■ **Brief**:
Look over the listing below and work out how many lines have the word "IFCGEOMETRICREPRESENTATIONCONTEXT". Write only that number.

■ **Information supplied**:

------

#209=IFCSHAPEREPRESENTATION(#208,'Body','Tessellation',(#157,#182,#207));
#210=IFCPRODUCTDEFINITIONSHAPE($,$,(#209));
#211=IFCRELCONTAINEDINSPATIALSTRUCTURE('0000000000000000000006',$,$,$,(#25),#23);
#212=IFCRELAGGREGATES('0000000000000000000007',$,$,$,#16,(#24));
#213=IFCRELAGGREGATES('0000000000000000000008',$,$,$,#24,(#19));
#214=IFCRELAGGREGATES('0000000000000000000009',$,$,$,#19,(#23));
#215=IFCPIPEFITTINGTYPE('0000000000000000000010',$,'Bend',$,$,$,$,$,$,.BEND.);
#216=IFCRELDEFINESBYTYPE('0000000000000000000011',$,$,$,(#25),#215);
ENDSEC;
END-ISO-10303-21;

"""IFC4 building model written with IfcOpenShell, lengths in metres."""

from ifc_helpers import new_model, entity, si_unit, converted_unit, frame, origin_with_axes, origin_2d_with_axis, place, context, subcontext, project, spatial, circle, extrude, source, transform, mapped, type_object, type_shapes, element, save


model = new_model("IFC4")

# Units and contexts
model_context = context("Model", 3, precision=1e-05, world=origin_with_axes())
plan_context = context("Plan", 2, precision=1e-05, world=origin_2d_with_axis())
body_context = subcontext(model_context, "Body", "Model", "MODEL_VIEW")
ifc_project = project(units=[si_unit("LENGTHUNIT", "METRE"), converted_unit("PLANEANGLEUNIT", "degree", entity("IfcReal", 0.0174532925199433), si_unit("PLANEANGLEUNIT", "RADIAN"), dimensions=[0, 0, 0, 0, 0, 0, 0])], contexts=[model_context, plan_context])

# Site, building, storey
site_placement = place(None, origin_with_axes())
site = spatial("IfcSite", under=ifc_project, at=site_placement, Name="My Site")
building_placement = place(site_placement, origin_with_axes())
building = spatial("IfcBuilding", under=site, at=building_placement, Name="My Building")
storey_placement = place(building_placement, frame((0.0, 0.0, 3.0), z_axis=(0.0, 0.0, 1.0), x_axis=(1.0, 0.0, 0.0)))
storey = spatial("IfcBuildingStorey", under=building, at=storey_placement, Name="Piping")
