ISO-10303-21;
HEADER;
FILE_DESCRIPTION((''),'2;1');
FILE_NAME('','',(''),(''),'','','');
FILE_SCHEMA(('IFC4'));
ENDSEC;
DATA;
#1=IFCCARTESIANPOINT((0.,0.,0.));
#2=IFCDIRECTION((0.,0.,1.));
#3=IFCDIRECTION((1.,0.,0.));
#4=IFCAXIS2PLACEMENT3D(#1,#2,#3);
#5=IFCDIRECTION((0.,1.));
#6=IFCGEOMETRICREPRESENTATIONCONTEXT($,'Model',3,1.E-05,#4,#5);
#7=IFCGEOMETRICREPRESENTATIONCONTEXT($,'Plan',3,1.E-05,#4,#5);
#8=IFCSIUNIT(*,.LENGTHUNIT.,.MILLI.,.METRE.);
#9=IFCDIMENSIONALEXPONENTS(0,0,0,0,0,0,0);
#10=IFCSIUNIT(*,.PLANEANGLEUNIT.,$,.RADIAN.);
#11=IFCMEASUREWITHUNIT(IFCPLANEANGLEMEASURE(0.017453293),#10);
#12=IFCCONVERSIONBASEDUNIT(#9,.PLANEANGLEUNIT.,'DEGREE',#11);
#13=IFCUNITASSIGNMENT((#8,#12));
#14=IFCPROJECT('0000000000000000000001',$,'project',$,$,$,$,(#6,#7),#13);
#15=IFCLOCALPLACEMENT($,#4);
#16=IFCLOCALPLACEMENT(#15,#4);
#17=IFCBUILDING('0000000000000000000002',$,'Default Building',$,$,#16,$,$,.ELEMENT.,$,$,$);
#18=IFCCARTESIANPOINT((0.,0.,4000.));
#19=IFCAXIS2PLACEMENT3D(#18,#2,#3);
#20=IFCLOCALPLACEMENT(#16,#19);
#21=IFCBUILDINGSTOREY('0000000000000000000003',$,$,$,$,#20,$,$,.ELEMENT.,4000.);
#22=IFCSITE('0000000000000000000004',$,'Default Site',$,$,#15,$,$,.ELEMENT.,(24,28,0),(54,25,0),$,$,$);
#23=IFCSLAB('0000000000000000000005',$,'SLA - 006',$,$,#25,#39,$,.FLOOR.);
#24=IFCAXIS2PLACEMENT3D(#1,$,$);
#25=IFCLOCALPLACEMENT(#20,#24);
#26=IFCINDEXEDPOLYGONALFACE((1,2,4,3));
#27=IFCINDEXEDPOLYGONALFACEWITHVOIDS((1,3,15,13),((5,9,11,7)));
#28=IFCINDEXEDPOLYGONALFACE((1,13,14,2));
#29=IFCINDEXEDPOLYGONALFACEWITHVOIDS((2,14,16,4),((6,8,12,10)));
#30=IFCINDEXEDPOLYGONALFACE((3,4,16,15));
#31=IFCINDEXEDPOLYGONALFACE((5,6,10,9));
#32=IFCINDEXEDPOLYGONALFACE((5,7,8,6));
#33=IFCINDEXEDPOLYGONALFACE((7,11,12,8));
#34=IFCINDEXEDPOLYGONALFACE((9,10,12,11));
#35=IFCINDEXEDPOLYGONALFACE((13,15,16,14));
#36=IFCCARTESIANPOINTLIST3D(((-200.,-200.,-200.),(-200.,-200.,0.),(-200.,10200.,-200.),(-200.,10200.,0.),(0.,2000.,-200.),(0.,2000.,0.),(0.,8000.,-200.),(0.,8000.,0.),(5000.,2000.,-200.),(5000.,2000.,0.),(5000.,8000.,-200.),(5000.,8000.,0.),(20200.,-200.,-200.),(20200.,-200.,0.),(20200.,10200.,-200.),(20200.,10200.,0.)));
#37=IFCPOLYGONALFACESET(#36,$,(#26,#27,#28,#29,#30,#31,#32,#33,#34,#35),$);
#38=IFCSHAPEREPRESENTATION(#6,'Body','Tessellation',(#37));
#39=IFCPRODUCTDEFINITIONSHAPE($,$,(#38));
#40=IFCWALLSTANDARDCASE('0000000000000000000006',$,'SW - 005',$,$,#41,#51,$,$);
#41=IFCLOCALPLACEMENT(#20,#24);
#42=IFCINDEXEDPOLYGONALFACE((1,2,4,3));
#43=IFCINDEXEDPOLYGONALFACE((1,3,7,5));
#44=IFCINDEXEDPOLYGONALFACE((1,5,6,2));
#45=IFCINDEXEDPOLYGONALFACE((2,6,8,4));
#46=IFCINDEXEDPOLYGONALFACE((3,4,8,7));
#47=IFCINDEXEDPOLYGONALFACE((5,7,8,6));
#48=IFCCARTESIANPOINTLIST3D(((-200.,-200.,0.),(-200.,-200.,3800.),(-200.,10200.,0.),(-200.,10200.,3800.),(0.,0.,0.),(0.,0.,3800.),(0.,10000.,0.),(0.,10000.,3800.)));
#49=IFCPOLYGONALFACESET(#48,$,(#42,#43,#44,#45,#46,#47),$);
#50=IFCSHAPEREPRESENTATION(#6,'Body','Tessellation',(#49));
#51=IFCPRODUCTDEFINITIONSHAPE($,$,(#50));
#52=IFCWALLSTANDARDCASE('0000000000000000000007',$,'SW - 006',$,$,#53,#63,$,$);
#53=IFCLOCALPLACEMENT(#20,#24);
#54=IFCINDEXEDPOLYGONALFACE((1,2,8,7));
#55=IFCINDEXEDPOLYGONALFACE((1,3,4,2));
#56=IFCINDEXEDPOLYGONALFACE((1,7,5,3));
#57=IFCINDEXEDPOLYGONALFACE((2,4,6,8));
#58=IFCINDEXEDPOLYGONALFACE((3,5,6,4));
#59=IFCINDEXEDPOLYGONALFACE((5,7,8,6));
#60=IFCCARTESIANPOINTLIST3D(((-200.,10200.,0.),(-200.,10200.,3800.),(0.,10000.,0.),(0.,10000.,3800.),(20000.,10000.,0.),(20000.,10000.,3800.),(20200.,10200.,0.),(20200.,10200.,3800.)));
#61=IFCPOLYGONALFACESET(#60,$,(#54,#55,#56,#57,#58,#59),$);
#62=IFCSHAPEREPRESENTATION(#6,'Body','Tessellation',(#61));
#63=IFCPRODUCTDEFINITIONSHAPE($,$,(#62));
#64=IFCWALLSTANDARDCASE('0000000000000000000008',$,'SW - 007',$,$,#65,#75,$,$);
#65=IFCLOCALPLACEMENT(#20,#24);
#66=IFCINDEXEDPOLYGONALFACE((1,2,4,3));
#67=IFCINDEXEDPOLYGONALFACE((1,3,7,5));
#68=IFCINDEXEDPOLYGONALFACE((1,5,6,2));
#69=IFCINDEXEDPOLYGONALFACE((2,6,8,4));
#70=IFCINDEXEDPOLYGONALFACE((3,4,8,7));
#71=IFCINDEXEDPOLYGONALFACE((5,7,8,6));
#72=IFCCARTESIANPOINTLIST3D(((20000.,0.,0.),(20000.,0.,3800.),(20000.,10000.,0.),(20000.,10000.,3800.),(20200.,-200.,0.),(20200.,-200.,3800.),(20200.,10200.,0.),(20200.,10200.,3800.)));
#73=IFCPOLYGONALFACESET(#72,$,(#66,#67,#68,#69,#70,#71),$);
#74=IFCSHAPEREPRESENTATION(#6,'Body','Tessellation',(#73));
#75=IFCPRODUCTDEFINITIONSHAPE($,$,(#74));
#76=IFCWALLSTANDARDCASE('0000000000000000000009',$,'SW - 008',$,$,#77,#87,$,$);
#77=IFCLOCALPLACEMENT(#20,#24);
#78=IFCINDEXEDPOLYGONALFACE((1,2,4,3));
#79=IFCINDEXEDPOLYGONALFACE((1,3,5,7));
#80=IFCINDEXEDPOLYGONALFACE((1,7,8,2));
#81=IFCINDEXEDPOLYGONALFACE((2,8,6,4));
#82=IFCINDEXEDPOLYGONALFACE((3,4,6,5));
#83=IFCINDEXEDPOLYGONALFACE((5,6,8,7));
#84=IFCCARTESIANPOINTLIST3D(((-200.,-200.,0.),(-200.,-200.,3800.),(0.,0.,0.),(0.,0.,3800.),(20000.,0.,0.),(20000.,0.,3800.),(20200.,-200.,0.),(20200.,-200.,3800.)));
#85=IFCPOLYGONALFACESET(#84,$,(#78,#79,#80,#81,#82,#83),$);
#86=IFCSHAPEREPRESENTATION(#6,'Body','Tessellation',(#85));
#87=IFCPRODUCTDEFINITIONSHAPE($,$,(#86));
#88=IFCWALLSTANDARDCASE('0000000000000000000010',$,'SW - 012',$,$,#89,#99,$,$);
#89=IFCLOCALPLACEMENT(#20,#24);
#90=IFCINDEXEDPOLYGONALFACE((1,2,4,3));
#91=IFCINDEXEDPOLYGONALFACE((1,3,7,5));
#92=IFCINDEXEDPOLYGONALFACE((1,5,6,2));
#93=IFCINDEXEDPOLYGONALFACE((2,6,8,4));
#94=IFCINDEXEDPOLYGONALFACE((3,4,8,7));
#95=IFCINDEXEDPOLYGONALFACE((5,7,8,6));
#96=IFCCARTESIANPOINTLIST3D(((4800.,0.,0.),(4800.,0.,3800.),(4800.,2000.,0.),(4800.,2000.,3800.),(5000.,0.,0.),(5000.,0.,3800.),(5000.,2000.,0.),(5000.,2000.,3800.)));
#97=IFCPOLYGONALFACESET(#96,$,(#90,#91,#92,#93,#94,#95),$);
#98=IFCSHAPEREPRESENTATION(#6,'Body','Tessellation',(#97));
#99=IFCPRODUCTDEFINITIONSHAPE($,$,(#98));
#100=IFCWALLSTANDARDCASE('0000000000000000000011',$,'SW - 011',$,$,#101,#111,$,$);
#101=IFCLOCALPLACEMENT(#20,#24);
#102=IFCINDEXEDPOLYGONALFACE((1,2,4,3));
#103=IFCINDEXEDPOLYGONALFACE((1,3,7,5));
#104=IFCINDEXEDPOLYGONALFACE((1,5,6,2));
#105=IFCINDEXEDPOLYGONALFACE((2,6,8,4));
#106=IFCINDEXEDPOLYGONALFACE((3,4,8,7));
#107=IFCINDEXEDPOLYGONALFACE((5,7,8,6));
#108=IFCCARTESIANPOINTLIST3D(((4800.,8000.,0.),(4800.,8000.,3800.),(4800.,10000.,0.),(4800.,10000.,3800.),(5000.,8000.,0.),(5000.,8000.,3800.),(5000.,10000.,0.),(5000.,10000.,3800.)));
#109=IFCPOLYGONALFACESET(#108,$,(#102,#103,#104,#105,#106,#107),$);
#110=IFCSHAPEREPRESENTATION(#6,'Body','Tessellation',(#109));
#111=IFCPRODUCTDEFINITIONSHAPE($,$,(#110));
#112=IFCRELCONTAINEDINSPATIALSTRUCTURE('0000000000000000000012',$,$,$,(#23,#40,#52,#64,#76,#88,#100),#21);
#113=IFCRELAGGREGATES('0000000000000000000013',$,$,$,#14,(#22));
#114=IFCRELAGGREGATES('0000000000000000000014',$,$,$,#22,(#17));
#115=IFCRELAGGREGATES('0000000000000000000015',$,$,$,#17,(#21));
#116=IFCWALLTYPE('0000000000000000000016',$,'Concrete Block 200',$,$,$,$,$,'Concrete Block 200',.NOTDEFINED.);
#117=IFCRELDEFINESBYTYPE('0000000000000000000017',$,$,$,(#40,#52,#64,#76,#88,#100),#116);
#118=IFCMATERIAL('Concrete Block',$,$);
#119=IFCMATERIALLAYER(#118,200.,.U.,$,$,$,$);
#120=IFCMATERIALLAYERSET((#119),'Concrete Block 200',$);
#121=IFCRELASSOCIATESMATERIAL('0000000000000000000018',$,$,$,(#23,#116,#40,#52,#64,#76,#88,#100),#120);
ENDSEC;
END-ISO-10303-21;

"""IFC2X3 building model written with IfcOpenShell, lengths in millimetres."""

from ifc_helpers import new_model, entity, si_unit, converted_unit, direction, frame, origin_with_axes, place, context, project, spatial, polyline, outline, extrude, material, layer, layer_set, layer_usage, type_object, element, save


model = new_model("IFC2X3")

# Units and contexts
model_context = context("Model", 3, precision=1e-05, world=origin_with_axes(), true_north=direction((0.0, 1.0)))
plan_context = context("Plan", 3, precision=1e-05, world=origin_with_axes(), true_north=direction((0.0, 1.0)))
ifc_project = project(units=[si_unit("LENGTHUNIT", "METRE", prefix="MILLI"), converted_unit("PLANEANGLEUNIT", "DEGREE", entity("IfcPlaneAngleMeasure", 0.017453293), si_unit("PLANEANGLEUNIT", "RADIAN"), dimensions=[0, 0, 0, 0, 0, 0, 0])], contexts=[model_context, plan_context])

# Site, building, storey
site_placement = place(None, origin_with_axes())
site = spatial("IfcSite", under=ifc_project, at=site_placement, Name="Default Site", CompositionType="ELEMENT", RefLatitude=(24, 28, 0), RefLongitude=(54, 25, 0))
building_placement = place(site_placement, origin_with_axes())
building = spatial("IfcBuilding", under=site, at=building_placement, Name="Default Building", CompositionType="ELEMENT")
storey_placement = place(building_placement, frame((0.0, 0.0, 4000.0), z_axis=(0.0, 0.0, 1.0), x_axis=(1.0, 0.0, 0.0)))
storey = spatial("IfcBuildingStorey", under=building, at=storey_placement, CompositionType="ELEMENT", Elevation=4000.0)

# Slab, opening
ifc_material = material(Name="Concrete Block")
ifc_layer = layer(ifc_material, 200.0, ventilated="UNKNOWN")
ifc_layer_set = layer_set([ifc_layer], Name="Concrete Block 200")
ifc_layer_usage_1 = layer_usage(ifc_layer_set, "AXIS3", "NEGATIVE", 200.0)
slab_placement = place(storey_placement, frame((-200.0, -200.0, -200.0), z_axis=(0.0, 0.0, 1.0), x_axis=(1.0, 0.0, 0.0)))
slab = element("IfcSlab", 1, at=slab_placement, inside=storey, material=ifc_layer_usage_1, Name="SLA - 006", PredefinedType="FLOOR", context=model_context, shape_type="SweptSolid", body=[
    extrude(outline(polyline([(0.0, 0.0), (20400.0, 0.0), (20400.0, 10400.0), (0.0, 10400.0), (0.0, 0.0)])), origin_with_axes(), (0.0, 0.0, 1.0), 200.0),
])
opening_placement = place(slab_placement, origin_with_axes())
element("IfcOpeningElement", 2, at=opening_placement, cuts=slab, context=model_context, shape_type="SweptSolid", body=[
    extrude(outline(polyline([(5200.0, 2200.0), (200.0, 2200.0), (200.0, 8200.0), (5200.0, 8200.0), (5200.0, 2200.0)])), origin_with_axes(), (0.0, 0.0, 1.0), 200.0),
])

------

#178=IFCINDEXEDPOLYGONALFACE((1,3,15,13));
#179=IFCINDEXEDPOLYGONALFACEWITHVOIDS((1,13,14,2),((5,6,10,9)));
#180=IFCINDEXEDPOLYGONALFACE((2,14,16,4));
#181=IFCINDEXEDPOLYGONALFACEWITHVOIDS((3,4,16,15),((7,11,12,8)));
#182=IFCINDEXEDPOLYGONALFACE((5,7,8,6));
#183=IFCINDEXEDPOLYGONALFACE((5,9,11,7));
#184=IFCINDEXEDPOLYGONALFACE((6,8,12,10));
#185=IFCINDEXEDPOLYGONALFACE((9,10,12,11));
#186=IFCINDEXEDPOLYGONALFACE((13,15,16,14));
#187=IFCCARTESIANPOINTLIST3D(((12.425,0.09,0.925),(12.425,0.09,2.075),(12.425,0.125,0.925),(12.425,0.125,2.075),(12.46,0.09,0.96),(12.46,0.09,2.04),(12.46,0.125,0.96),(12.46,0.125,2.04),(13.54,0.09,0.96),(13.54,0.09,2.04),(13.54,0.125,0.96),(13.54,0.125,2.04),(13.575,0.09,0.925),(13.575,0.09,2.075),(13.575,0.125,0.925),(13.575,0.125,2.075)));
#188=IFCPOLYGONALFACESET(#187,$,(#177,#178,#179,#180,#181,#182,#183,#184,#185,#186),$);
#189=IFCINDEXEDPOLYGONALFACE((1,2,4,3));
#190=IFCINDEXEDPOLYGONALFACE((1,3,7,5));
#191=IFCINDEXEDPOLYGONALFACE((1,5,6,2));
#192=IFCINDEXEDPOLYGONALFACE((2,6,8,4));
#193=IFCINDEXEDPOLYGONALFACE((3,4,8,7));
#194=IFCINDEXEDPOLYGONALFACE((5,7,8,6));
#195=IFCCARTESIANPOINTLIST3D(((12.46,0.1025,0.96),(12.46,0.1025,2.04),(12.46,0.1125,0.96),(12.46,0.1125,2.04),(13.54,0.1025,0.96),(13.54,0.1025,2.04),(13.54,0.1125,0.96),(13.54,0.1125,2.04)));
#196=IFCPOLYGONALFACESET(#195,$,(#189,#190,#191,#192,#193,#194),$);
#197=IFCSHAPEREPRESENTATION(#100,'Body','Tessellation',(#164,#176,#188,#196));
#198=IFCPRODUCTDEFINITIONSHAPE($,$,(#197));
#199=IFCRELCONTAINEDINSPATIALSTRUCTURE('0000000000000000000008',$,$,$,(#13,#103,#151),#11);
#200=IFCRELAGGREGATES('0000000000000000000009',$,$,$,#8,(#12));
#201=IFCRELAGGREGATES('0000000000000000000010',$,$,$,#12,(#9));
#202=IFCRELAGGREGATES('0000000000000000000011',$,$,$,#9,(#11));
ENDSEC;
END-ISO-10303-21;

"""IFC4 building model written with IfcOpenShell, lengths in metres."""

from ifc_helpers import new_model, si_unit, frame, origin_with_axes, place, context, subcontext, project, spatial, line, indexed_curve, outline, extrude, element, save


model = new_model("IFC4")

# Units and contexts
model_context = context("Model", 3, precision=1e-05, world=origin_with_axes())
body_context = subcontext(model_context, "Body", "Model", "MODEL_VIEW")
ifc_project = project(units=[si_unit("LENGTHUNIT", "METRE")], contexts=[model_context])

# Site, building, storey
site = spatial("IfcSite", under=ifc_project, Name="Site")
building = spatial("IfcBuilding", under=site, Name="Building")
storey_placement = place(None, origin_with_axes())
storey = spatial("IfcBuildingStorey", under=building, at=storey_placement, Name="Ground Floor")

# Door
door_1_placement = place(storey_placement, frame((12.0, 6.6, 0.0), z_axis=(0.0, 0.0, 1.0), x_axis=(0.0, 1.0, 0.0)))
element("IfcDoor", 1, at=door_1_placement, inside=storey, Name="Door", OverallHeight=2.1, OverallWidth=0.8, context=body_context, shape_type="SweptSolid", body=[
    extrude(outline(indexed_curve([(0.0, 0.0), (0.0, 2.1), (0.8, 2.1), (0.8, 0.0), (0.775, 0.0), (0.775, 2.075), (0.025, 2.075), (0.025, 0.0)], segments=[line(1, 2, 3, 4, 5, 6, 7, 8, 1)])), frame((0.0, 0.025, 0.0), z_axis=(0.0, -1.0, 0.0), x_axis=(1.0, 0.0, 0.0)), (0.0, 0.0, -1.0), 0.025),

------

■ **Written answer**:
2